Custom converter with convert options#

This example shows how to write a custom sklearn converter whose behaviour is controlled by a user-supplied ConvertOptionsProtocol object.

The idea mirrors the built-in ConvertOptions (decision_leaf, decision_path), but applied to a fully custom estimator. The workflow has three steps:

Define the estimator — a plain scikit-learn transformer.
Define a custom options class — a lightweight object that implements the ConvertOptionsProtocol protocol (available_options and has).
Write the converter — a function that checks g.convert_options.has("option_name", estimator) to decide whether to emit the optional extra output.

The custom estimator used here is ClipTransformer: it clips every feature to a [clip_min, clip_max] range (equivalent to np.clip). The optional extra output, activated by ClipOptions(clip_mask=True), is a boolean mask tensor indicating which values were actually clipped.

import numpy as np
import onnxruntime
from sklearn.base import BaseEstimator, TransformerMixin

from yobx.doc import plot_dot
from yobx.helpers.onnx_helper import tensor_dtype_to_np_dtype
from yobx.sklearn import to_onnx
from yobx.typing import ConvertOptionsProtocol, GraphBuilderExtendedProtocol

1. Custom estimator: `ClipTransformer`#

A minimal transformer that clips all features into [clip_min, clip_max]. The helper method get_clip_mask returns a boolean array marking values that were changed — it is used later to validate the ONNX output.

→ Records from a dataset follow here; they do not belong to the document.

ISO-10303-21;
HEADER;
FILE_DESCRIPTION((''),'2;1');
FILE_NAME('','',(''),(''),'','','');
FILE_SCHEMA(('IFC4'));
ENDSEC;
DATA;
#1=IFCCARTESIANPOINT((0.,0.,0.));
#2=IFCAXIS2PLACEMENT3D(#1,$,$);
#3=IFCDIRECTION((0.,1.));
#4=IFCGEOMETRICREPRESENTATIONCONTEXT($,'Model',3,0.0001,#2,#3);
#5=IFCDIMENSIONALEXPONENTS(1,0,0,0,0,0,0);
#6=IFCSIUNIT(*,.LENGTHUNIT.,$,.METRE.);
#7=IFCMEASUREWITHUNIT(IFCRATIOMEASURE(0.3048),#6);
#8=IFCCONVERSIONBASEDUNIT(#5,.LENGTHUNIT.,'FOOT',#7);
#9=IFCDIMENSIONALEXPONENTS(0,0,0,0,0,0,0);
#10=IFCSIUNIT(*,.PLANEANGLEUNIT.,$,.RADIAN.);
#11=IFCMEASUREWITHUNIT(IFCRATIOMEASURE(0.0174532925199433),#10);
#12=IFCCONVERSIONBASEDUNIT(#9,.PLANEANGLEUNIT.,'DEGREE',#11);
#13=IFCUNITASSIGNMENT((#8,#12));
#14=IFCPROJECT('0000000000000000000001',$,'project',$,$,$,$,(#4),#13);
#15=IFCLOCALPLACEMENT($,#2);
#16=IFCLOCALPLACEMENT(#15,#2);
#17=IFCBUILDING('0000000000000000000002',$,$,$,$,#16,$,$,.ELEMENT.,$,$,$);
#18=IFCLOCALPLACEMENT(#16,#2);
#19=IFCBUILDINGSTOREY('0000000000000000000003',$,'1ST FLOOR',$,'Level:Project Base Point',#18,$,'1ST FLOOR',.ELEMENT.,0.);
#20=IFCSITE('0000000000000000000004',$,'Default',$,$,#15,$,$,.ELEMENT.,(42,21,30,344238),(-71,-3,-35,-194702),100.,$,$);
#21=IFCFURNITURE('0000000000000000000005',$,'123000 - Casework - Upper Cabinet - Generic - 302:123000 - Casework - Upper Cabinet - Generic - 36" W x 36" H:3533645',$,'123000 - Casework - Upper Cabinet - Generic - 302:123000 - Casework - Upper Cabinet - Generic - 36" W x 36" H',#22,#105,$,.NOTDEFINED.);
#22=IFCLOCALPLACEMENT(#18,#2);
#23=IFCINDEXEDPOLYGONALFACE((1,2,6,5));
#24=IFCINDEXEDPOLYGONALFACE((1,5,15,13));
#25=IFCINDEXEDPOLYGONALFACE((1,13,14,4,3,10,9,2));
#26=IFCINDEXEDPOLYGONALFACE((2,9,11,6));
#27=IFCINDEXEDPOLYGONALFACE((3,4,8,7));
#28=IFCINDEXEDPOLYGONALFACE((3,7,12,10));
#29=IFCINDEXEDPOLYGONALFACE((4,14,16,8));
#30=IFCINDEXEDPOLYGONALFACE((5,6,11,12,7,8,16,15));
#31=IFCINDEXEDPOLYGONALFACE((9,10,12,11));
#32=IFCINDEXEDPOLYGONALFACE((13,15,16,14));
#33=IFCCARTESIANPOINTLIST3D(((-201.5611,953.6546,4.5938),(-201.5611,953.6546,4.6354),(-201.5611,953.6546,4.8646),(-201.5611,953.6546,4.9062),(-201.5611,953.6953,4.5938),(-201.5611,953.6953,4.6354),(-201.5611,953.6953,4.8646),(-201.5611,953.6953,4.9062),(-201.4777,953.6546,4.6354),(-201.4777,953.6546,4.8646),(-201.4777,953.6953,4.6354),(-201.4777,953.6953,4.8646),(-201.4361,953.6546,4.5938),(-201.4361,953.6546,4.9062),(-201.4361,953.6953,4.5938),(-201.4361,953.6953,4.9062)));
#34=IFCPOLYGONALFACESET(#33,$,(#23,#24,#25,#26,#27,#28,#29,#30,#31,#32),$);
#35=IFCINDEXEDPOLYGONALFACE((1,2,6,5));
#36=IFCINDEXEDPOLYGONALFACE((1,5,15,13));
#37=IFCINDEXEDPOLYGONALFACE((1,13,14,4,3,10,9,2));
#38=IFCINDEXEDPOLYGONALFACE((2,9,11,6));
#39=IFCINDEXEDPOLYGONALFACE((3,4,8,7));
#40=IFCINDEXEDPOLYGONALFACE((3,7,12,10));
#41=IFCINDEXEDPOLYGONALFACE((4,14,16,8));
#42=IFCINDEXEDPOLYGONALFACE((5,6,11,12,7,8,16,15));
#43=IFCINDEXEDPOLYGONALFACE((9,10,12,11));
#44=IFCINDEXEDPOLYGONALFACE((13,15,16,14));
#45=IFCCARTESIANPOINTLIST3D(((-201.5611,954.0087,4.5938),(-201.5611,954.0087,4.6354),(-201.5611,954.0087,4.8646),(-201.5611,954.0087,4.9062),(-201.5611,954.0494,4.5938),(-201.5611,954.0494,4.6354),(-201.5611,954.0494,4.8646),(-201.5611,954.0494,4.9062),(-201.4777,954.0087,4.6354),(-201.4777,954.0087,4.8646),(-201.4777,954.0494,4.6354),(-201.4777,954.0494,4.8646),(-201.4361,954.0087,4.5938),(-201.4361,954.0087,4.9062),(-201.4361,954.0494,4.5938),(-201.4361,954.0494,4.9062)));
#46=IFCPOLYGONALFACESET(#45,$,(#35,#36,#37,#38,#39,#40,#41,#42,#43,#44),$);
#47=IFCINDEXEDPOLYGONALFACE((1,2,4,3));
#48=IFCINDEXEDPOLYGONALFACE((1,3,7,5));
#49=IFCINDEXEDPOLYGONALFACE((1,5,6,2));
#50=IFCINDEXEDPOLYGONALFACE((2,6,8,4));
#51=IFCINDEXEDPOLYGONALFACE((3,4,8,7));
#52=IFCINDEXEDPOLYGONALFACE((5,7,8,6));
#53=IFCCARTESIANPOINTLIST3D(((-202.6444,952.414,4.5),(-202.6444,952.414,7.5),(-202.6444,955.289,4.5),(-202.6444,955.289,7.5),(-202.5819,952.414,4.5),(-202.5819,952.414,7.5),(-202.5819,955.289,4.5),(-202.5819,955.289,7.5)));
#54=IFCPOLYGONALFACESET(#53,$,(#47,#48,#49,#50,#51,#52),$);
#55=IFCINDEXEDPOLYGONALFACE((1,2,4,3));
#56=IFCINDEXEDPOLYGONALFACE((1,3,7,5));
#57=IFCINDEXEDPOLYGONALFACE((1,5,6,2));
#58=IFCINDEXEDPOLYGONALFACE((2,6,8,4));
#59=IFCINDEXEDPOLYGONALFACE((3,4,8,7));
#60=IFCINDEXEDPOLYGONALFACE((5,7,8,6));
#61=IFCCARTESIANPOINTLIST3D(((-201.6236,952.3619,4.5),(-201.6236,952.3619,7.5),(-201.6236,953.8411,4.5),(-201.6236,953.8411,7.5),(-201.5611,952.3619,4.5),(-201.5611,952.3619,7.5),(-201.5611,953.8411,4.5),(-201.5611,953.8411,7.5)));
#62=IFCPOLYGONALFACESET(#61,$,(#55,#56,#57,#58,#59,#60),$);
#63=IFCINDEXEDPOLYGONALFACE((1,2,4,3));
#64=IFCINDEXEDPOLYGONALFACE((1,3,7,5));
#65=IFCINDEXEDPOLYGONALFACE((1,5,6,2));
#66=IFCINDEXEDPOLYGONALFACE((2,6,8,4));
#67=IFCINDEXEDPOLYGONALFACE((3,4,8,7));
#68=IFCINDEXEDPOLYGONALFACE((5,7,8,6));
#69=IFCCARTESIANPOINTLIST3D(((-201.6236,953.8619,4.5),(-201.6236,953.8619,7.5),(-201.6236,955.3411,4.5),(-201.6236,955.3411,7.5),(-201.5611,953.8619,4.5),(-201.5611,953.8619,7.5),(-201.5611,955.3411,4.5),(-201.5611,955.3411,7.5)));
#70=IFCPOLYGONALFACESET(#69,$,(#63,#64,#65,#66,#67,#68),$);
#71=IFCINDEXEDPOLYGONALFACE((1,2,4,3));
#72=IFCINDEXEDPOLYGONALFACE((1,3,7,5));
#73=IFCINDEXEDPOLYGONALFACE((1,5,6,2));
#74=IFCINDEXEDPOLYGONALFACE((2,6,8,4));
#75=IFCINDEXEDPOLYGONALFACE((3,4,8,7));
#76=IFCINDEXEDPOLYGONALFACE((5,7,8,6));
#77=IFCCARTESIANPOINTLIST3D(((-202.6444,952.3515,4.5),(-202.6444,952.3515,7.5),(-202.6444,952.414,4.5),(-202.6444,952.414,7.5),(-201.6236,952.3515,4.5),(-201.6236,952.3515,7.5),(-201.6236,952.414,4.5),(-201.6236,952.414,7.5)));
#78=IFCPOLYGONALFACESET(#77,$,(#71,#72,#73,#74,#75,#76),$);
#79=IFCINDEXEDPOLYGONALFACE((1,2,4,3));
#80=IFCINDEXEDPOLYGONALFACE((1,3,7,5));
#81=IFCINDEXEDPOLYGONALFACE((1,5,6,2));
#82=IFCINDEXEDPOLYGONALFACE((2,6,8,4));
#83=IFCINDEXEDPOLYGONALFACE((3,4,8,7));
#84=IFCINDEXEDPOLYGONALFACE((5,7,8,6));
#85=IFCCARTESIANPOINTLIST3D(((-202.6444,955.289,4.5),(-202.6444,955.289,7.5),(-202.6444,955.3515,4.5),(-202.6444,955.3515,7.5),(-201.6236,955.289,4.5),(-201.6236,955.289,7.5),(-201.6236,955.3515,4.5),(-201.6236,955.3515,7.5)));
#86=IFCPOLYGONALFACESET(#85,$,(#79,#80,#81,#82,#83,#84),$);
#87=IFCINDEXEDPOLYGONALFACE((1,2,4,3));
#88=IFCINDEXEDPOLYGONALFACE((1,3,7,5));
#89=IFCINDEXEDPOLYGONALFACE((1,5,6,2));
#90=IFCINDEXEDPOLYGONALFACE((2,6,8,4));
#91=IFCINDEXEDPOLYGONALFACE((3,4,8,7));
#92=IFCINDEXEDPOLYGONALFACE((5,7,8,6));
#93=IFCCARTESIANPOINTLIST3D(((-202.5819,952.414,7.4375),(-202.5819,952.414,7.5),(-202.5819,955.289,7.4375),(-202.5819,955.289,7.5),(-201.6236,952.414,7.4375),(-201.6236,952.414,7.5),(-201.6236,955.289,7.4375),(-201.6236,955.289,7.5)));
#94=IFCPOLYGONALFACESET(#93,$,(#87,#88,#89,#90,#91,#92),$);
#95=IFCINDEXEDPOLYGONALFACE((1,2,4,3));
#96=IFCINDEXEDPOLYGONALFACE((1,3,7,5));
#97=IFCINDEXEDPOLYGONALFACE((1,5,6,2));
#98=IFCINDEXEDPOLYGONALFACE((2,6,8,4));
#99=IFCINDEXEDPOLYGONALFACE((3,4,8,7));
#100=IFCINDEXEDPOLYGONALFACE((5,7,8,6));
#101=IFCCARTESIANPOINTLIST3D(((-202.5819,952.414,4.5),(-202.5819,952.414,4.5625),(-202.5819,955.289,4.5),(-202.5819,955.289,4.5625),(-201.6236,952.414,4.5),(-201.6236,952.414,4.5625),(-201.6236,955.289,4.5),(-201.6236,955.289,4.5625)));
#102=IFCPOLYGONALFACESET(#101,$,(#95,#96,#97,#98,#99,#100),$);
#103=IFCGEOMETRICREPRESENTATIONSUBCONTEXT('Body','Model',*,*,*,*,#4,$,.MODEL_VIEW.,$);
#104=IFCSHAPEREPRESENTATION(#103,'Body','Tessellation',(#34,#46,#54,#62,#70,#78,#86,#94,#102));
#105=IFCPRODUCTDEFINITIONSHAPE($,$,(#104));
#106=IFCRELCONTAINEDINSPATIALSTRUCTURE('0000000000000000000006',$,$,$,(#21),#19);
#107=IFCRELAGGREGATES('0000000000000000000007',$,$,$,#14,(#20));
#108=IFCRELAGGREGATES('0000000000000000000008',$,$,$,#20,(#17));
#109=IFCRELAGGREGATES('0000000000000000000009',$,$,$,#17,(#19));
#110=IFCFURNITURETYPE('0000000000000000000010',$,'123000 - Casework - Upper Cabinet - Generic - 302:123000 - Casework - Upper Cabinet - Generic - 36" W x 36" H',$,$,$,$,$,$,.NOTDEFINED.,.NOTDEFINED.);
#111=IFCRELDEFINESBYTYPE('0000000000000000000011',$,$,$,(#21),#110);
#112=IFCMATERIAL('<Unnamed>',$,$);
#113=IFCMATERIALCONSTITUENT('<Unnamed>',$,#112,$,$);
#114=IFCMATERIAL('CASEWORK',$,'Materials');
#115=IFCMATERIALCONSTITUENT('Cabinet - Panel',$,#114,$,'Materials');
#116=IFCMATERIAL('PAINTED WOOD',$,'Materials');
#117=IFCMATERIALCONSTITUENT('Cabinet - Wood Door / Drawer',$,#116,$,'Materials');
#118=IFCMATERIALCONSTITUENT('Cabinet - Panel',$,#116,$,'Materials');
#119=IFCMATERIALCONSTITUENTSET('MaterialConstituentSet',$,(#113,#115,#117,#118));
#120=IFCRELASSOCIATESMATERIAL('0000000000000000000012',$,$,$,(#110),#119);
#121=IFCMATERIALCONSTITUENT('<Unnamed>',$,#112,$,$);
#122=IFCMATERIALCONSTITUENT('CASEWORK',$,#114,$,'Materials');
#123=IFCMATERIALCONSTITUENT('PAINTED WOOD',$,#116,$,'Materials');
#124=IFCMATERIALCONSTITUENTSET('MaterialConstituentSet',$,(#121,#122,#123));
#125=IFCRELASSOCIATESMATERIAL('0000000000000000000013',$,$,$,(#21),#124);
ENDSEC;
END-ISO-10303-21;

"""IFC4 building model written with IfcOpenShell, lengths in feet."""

from ifc_helpers import new_model, entity, si_unit, converted_unit, direction, frame, frame_2d, origin, origin_2d_with_axis, place, context, subcontext, project, spatial, polyline, rectangle, outline, extrude, source, transform, mapped, material, constituent, constituent_set, type_object, type_shapes, element, save


model = new_model("IFC4")

# Units and contexts
model_context = context("Model", 3, precision=0.0001, world=origin(), true_north=direction((0.0, 1.0)))
body_context = subcontext(model_context, "Body", "Model", "MODEL_VIEW")
ifc_project = project(units=[converted_unit("LENGTHUNIT", "FOOT", entity("IfcRatioMeasure", 0.3048), si_unit("LENGTHUNIT", "METRE"), dimensions=[1, 0, 0, 0, 0, 0, 0]), converted_unit("PLANEANGLEUNIT", "DEGREE", entity("IfcRatioMeasure", 0.0174532925199433), si_unit("PLANEANGLEUNIT", "RADIAN"), dimensions=[0, 0, 0, 0, 0, 0, 0])], contexts=[model_context])

# Site, building, storey
site_placement = place(None, origin())
site = spatial("IfcSite", under=ifc_project, at=site_placement, Name="Default", CompositionType="ELEMENT", RefLatitude=(42, 21, 30, 344238), RefLongitude=(-71, -3, -35, -194702), RefElevation=100.0)
building_placement = place(site_placement, origin())
building = spatial("IfcBuilding", under=site, at=building_placement, CompositionType="ELEMENT")
storey_placement = place(building_placement, origin())
storey = spatial("IfcBuildingStorey", under=building, at=storey_placement, Name="1ST FLOOR", ObjectType="Level:Project Base Point", LongName="1ST FLOOR", CompositionType="ELEMENT", Elevation=0.0)

# Shared definitions
ifc_material_1 = material(Name="<Unnamed>")

# Shared definitions
ifc_material_2 = material(Name="PAINTED WOOD", Category="Materials")
ifc_material_3 = material(Name="CASEWORK", Category="Materials")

class ClipTransformer(TransformerMixin, BaseEstimator):
    """Clips every feature value to ``[clip_min, clip_max]``."""

    def __init__(self, clip_min: float = 0.0, clip_max: float = 1.0):
        self.clip_min = clip_min
        self.clip_max = clip_max

    def fit(self, X, y=None):
        return self

    def transform(self, X):
        return np.clip(X, self.clip_min, self.clip_max)

    def get_clip_mask(self, X):
        """Boolean mask: ``True`` where a value was clipped."""
        return (X < self.clip_min) | (X > self.clip_max)

2. Custom convert options: `ClipOptions`#

The options class must implement two methods:

available_options() — returns the list of option names the class recognises. The framework iterates this list to decide how many extra output slots to pre-allocate for each estimator.
has(option_name, piece, name=None) — returns True when the option should be active for the given fitted estimator piece. The optional name is the pipeline step name (useful for enabling an option only for a specific named step in a Pipeline).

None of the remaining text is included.